• [Required work]:
When you reach the line that contains "#186=IFCMATERIAL('Solid Wood',$,$);" in the data below, start reproducing lines exactly, and stop after the line that contains "4 丁目 (西新駅 徒歩".

Record set START

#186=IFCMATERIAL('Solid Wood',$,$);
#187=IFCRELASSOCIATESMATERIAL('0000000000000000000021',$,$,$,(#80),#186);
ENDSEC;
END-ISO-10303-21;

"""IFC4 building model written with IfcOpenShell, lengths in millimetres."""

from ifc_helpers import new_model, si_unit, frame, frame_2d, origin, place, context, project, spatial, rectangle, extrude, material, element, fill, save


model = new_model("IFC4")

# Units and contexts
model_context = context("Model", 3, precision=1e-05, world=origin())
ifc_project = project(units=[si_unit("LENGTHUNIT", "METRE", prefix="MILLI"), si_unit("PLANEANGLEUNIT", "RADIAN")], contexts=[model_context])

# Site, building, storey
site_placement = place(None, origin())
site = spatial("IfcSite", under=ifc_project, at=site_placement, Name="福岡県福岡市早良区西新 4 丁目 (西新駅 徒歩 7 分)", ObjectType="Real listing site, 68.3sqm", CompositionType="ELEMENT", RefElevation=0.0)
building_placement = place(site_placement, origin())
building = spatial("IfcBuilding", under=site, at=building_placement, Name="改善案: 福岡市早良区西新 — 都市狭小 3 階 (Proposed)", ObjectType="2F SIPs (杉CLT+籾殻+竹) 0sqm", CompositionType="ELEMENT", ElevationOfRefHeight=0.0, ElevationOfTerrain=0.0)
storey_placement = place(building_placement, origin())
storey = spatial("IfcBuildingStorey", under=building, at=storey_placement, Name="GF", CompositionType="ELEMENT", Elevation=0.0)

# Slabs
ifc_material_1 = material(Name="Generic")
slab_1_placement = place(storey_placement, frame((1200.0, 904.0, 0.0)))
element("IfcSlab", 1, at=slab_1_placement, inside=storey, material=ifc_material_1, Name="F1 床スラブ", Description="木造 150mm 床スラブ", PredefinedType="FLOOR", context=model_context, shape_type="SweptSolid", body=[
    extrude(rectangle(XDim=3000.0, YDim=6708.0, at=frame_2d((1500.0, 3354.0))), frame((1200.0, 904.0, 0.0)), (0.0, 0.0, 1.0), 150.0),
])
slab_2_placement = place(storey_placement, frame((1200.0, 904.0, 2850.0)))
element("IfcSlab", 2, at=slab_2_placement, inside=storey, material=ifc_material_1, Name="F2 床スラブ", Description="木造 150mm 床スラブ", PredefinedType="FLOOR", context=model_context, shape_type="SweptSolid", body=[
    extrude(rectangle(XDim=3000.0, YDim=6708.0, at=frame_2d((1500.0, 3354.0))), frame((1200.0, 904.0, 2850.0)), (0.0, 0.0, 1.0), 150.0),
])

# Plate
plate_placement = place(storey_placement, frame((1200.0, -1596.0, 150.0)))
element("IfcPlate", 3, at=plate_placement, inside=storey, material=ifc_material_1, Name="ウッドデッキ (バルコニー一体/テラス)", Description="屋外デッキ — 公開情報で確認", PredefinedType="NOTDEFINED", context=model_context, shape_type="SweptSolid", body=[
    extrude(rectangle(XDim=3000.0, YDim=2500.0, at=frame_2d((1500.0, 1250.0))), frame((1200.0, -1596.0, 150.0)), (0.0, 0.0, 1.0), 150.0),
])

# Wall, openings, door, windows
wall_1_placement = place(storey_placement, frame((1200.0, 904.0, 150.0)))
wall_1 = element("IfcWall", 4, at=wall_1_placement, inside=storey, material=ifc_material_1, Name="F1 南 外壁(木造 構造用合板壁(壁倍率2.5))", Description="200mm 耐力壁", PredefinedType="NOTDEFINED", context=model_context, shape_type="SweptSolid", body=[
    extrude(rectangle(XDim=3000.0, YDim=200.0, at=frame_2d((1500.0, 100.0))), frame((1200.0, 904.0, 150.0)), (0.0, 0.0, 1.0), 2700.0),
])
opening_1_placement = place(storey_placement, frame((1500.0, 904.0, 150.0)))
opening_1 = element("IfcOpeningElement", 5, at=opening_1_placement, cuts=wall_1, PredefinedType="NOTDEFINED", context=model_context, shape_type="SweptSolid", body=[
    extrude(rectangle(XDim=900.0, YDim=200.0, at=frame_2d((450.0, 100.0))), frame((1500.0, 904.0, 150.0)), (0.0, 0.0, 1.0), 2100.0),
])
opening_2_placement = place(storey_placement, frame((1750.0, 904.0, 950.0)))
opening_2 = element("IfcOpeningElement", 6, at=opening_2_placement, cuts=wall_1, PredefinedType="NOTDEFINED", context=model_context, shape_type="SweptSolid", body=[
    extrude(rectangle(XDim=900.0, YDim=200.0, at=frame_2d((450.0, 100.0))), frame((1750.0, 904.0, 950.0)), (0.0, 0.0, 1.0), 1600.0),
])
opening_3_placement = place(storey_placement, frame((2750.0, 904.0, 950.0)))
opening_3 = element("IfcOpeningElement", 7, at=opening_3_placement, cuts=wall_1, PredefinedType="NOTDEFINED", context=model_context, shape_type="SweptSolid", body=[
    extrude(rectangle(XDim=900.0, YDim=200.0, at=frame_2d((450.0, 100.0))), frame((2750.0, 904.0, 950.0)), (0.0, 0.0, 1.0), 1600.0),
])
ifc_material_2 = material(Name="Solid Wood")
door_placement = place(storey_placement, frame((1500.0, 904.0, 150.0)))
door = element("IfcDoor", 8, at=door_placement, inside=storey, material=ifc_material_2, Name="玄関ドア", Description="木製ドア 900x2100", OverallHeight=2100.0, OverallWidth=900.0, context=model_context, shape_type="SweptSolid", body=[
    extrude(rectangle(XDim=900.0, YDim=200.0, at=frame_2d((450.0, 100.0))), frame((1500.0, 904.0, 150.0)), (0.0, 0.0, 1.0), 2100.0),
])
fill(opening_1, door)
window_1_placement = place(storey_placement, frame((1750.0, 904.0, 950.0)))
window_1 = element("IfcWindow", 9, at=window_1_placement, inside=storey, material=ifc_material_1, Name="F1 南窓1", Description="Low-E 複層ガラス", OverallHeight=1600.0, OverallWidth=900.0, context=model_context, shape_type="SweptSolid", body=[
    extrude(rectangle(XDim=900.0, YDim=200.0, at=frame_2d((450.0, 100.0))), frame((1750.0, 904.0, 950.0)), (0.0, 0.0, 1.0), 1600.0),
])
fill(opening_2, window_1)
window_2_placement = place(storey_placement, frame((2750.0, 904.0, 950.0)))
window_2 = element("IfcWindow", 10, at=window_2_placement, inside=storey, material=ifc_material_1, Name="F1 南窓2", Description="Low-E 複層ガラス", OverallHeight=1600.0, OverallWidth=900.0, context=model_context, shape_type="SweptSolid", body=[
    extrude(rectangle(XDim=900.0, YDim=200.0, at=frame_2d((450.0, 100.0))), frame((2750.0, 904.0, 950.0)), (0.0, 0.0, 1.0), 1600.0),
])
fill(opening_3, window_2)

Record set END
Record set START

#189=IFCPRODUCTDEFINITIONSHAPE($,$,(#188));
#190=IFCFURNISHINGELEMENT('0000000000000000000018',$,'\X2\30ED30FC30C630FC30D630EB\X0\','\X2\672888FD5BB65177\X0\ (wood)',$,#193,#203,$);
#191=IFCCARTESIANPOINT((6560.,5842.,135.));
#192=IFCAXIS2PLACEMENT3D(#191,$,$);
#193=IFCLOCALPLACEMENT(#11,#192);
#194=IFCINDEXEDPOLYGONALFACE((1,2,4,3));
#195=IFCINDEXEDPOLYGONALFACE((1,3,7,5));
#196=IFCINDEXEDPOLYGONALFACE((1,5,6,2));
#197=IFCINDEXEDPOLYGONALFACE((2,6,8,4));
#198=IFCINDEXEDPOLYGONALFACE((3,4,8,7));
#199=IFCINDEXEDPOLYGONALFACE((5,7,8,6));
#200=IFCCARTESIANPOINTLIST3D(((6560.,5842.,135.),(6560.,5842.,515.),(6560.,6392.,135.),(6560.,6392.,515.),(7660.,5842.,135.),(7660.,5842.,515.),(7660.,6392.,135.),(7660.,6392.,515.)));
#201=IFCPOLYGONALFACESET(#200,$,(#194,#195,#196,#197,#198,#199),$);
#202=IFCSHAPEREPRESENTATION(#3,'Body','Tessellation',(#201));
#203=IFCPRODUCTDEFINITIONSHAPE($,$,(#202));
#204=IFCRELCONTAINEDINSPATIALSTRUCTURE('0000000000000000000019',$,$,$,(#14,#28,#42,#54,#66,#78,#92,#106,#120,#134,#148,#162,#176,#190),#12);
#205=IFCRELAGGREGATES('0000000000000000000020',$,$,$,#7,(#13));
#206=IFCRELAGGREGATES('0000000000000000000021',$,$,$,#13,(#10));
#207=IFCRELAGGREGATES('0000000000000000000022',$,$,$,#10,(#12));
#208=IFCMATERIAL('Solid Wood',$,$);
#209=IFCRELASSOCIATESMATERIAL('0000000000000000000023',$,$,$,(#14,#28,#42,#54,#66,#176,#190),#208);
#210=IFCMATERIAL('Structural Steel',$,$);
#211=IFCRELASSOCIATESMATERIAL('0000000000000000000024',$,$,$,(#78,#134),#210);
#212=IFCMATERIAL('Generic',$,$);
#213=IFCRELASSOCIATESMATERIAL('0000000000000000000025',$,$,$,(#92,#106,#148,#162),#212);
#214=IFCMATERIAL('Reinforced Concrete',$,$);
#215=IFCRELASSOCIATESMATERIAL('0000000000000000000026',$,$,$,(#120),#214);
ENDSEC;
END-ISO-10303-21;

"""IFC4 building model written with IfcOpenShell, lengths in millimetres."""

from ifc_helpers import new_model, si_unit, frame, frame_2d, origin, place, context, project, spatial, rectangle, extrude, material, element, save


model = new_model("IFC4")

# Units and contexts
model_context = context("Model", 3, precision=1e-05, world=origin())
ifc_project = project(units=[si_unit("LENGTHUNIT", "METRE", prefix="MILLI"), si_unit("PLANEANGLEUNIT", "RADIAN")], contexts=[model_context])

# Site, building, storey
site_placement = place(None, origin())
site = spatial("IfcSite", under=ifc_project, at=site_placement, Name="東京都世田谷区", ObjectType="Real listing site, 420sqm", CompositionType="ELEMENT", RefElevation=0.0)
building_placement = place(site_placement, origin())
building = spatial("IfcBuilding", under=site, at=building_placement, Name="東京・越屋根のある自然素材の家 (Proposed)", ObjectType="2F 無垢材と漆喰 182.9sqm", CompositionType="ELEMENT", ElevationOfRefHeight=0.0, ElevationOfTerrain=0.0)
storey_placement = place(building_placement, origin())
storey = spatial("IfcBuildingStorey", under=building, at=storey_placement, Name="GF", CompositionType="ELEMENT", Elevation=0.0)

Record set END
Record set START

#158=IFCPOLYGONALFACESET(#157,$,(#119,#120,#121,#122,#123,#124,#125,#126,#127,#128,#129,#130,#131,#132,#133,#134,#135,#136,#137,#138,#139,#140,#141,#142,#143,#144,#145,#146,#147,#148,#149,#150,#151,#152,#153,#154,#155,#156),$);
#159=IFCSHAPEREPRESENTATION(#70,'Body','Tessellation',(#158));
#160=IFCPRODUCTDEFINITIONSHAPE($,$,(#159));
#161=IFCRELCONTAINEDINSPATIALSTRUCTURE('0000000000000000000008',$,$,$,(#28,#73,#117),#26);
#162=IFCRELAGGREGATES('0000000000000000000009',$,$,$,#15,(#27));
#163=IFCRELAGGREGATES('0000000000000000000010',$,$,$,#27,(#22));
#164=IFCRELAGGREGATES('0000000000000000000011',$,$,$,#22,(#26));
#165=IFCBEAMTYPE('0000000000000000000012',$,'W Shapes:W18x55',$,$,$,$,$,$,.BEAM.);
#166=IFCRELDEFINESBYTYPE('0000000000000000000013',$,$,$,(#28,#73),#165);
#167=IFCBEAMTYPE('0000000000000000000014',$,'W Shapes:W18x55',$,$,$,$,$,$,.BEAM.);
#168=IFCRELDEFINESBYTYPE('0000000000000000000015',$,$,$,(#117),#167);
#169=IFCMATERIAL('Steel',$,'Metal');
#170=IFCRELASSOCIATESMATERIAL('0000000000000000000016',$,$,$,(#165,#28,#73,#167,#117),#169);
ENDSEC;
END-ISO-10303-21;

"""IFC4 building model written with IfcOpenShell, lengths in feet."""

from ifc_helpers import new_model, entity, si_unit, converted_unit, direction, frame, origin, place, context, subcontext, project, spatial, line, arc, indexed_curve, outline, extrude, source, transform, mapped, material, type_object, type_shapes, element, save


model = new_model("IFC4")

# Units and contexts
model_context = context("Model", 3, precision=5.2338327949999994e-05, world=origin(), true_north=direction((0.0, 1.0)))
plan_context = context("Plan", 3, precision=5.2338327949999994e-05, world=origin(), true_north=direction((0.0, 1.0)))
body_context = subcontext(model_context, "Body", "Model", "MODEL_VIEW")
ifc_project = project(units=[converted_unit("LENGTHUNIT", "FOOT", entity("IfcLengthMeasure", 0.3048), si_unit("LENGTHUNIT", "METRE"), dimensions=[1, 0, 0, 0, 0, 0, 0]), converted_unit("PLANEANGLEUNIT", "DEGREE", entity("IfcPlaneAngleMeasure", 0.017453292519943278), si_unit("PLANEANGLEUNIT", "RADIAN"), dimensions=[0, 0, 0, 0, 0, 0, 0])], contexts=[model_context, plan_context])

Record set END

• [Output]:
#186=IFCMATERIAL('Solid Wood',$,$);
#187=IFCRELASSOCIATESMATERIAL('0000000000000000000021',$,$,$,(#80),#186);
ENDSEC;
END-ISO-10303-21;

"""IFC4 building model written with IfcOpenShell, lengths in millimetres."""

from ifc_helpers import new_model, si_unit, frame, frame_2d, origin, place, context, project, spatial, rectangle, extrude, material, element, fill, save


model = new_model("IFC4")

# Units and contexts
model_context = context("Model", 3, precision=1e-05, world=origin())
ifc_project = project(units=[si_unit("LENGTHUNIT", "METRE", prefix="MILLI"), si_unit("PLANEANGLEUNIT", "RADIAN")], contexts=[model_context])

# Site, building, storey
site_placement = place(None, origin())
site = spatial("IfcSite", under=ifc_project, at=site_placement, Name="福岡県福岡市早良区西新 4 丁目 (西新駅 徒歩 7 分)", ObjectType="Real listing site, 68.3sqm", CompositionType="ELEMENT", RefElevation=0.0)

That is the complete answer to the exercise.